Almounar Ayouba (à gauche) et ses collègues membres de la troupe Takamba
Avec des mélodies rythmées jouées sur un instrument traditionnel à cordes appelé tehardent/ngoni, les percussions de la calebasse et dansé à travers des mouvements gracieux, le ‘’Takamba’’ signifiant « prendre la main » en langue Songhaï est une des expressions artistiques les plus symboliques des communautés Songhaï et Touarègues du Mali et du Niger. Plus qu’un simple genre musical traditionnel et des gestes, le Takamba relate l’histoire d’un peuple et continue représente un symbole identitaire.
Au son de la guitare artisanale plus connue sous le nom de ‘’tehardent’’, de la calebasse, des chants traditionnels et des youyous, les danseurs exécutent avec élégance des mouvements fins des épaules, des bras et du torse. Chaque mouvement est rythmé avec la musique. Cet art transmis de génération en génération a vu le jour au 15è siècle à Gao qui constituait l’un des principaux centres politiques et culturels de la région. Avec le temps, les échanges entre les communautés ont favorisé l’évolution de cette expression artistique tout en conservant son authenticité.

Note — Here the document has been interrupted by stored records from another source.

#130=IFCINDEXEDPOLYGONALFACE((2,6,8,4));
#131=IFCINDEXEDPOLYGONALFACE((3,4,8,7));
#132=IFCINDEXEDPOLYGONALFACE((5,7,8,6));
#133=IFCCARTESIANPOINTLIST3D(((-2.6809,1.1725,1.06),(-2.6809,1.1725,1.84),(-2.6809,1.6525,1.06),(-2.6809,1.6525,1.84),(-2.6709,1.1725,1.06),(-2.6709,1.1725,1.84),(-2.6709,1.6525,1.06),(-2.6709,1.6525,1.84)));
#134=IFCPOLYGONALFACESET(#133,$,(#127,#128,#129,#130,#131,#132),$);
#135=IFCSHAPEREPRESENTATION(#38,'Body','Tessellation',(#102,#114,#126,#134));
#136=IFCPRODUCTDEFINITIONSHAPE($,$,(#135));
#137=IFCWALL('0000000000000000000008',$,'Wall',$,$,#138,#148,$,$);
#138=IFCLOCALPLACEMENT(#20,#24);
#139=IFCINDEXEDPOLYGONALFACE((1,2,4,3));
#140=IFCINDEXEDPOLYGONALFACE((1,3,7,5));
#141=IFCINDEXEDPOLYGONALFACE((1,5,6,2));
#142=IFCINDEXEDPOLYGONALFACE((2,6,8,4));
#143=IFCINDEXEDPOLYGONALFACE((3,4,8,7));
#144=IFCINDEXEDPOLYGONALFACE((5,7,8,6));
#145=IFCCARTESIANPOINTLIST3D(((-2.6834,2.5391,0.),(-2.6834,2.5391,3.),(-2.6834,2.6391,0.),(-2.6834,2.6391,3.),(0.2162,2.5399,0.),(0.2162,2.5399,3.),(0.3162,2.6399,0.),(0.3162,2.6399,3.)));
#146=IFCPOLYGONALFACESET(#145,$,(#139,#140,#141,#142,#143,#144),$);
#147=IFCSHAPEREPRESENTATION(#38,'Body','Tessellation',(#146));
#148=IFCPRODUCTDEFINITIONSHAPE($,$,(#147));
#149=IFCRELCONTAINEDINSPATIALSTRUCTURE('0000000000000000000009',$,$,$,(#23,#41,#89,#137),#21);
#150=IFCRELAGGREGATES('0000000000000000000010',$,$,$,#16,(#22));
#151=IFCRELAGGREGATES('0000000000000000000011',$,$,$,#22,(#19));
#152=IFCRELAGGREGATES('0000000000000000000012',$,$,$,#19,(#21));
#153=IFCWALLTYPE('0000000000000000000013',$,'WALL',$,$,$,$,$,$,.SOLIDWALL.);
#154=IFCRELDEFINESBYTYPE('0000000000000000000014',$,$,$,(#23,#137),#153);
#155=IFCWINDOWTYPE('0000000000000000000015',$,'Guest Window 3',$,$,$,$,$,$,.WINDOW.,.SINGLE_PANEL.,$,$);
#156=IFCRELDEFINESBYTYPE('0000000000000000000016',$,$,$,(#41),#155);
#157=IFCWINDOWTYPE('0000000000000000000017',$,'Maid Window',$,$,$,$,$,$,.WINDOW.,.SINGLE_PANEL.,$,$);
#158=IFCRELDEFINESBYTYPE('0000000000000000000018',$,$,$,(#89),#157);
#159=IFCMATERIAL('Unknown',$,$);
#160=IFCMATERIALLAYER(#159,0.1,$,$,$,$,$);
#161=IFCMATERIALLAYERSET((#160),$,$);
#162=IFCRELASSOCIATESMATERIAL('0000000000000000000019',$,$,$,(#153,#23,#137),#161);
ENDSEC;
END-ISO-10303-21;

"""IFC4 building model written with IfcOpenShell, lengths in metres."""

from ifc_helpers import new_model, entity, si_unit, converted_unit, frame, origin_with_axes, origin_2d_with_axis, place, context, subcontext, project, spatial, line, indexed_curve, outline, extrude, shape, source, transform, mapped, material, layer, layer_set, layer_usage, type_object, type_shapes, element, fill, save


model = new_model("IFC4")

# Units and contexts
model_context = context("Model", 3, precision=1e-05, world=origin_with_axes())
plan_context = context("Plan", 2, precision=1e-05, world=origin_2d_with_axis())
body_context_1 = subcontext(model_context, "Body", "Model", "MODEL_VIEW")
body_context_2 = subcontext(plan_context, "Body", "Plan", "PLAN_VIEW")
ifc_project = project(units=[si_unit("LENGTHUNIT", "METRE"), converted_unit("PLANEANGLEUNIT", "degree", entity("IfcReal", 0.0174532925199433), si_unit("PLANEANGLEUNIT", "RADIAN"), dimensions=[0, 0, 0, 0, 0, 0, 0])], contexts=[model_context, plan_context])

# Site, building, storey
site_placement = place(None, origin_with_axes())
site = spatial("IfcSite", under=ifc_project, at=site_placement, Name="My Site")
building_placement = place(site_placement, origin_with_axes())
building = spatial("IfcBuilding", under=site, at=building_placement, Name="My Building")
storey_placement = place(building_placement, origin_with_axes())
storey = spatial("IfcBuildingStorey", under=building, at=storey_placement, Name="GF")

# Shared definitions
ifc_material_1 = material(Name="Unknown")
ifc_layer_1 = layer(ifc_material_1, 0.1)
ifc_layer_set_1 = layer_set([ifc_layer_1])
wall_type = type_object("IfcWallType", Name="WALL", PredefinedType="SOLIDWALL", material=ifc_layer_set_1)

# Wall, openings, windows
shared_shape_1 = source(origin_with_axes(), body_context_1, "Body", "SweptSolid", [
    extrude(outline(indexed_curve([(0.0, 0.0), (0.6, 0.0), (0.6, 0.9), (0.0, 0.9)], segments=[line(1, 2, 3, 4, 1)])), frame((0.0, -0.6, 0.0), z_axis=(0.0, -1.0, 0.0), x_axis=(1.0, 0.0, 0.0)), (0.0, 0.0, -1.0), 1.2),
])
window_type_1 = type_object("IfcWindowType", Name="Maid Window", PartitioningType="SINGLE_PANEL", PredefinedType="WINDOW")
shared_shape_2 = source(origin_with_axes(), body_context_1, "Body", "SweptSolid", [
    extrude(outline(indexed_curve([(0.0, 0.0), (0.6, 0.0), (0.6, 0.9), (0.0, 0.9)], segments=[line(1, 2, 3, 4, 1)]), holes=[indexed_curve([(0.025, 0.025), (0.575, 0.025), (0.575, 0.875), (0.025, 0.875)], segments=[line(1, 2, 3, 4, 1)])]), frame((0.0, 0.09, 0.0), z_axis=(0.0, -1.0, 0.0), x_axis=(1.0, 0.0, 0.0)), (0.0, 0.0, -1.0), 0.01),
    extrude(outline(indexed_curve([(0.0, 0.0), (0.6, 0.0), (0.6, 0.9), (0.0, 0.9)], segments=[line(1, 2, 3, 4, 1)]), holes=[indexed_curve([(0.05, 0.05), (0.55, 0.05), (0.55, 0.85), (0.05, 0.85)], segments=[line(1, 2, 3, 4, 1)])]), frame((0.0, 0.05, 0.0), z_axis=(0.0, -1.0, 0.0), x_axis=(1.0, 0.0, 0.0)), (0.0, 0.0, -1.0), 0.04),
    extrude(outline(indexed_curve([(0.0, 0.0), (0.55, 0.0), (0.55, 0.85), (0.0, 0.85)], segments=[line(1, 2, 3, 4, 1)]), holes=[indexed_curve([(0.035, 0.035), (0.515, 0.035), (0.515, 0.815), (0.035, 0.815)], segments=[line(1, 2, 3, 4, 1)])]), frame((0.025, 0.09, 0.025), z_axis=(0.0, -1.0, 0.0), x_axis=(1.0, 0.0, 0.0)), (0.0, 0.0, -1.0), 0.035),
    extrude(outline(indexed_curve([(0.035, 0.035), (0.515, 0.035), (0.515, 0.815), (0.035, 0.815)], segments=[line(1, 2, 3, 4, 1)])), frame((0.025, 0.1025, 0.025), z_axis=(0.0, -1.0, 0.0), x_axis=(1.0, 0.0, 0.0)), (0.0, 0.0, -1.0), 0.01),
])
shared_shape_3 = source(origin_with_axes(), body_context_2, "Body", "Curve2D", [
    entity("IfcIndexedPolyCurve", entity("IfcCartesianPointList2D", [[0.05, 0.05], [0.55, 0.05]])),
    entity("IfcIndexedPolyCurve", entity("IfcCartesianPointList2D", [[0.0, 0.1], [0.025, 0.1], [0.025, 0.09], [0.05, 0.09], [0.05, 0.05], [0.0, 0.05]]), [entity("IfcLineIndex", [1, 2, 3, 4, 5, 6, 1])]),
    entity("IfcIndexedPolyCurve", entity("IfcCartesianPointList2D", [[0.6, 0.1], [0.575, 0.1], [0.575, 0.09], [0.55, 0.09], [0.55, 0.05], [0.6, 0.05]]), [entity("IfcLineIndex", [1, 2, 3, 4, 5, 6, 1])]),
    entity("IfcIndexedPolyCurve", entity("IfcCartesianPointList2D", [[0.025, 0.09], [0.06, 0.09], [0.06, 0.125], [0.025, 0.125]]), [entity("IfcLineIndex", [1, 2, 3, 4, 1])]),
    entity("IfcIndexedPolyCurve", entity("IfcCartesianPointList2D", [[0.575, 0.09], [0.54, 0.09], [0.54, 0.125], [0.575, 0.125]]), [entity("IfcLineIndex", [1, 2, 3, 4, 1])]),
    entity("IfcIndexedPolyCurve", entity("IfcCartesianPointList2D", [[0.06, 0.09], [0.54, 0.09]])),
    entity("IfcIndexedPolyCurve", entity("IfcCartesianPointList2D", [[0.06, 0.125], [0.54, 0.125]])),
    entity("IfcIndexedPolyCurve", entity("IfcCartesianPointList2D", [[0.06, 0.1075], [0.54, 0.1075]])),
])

Selon les explications données par Almounar Ayouba originaire de Gao et musicien de Takamba résidant à Niamey, cette danse était jadis interprétée par les griots et forgerons Touaregs lors des grandes cérémonies notamment : les fêtes populaires, les fêtes de fin de récolte ; les baptêmes, l’intronisation des chefs traditionnels et coutumiers ; le retour des guerriers, lors des cérémonie de mariage dans les familles nobles, des grandes rencontres culturelles ou pour rendre hommage aux familles de haut rang. Au tout début, elle se dansait en position assise accompagnée des simples mouvements des épaules et des mains. Aujourd’hui, les danseurs se lèvent pour former un cercle, s’aligner ou se faire face. Les mouvements se définissent par des jeux de charme élégants, accompagnés de balancement des épaules, des bras et des mains. Certaines, transmettent même des messages à travers des gestes dont eux seuls détiennent le secret. Ces gestes sont en coordination harmonieuse avec le rythme de la musique. Tout de même, il y a des parties où les danseurs l’exécutent dans la position assise. Cette partie symbolisait la noblesse, la retenue et la finesse », précise-t-il. Pour lui, cette tradition constitue un héritage familial précieux. « Nous avons hérité du takamba auprès de nos grands-parents. C’est une musique et une danse traditionnelle qui est organisée lors des grands événements dans le Nord du Mali. Elle fait partie intégrante de l’identité des communautés de Gao et de Tombouctou », souligne Almounar Ayouba. Lors des festivités, «les habitants portaient leurs plus beaux habits pour fêter ce grand événement», dit-il avec fierté.
Le Takamba, explique Almounar Ayouba, se joue avec les instruments traditionnels tels que : le tehardent ou kourbou, un luth traditionnel à cordes dont les sonorités accompagnent la danse, le ngoni, les percussions réalisées à l’aide d’une calebasse flottant sur l’eau. Au Niger, le Takamba se joue particulièrement dans les régions d’Agadez, Tahoua et Tillabéri.
Des efforts pour la transmission
Pour préserver cette richesse culturelle, les musiciens forment des jeunes pour assurer la relève. « Nous avons hérité cette musique auprès de nos grands-parents et nous sommes à notre tour en train de former nos jeunes pour qu’ils puissent assurer la relève », affirme Almounar Ayouba. Pour ce qui est de la danse, les jeunes s’y intéressent beaucoup, maîtrisent toutes les techniques et l’exécutent avec fierté, se réjouit-il. Le Takamba est inscrit sur la liste du patrimoine culturel du Mali. La danse est mise souvent à l’honneur lors des grandes festivités, des semaines artistiques et des manifestations nationales telles que l’accueil d’un invité de marque. Elle continue de séduire les passionnés de la culture.
Cependant, malgré sa popularité, cette expression artistique fait ces dernières années face à des nombreux défis notamment : l’influence progressive des musiques modernes ; les jeunes accordent plus d’importance à la culture occidentale. «La religion a aussi beaucoup contribué à la perte progressive de cette danse qui incarne l’histoire commune de communautés qui ont perpétué durant des siècles l’identité culturelle du Sahel. Les marabouts avaient accentué leurs prêches sur les interdictions de ce genre de festivités par l’Islam, ce qui a amené beaucoup de gens à tout abandonner », a confié M. Almounar Ayouba.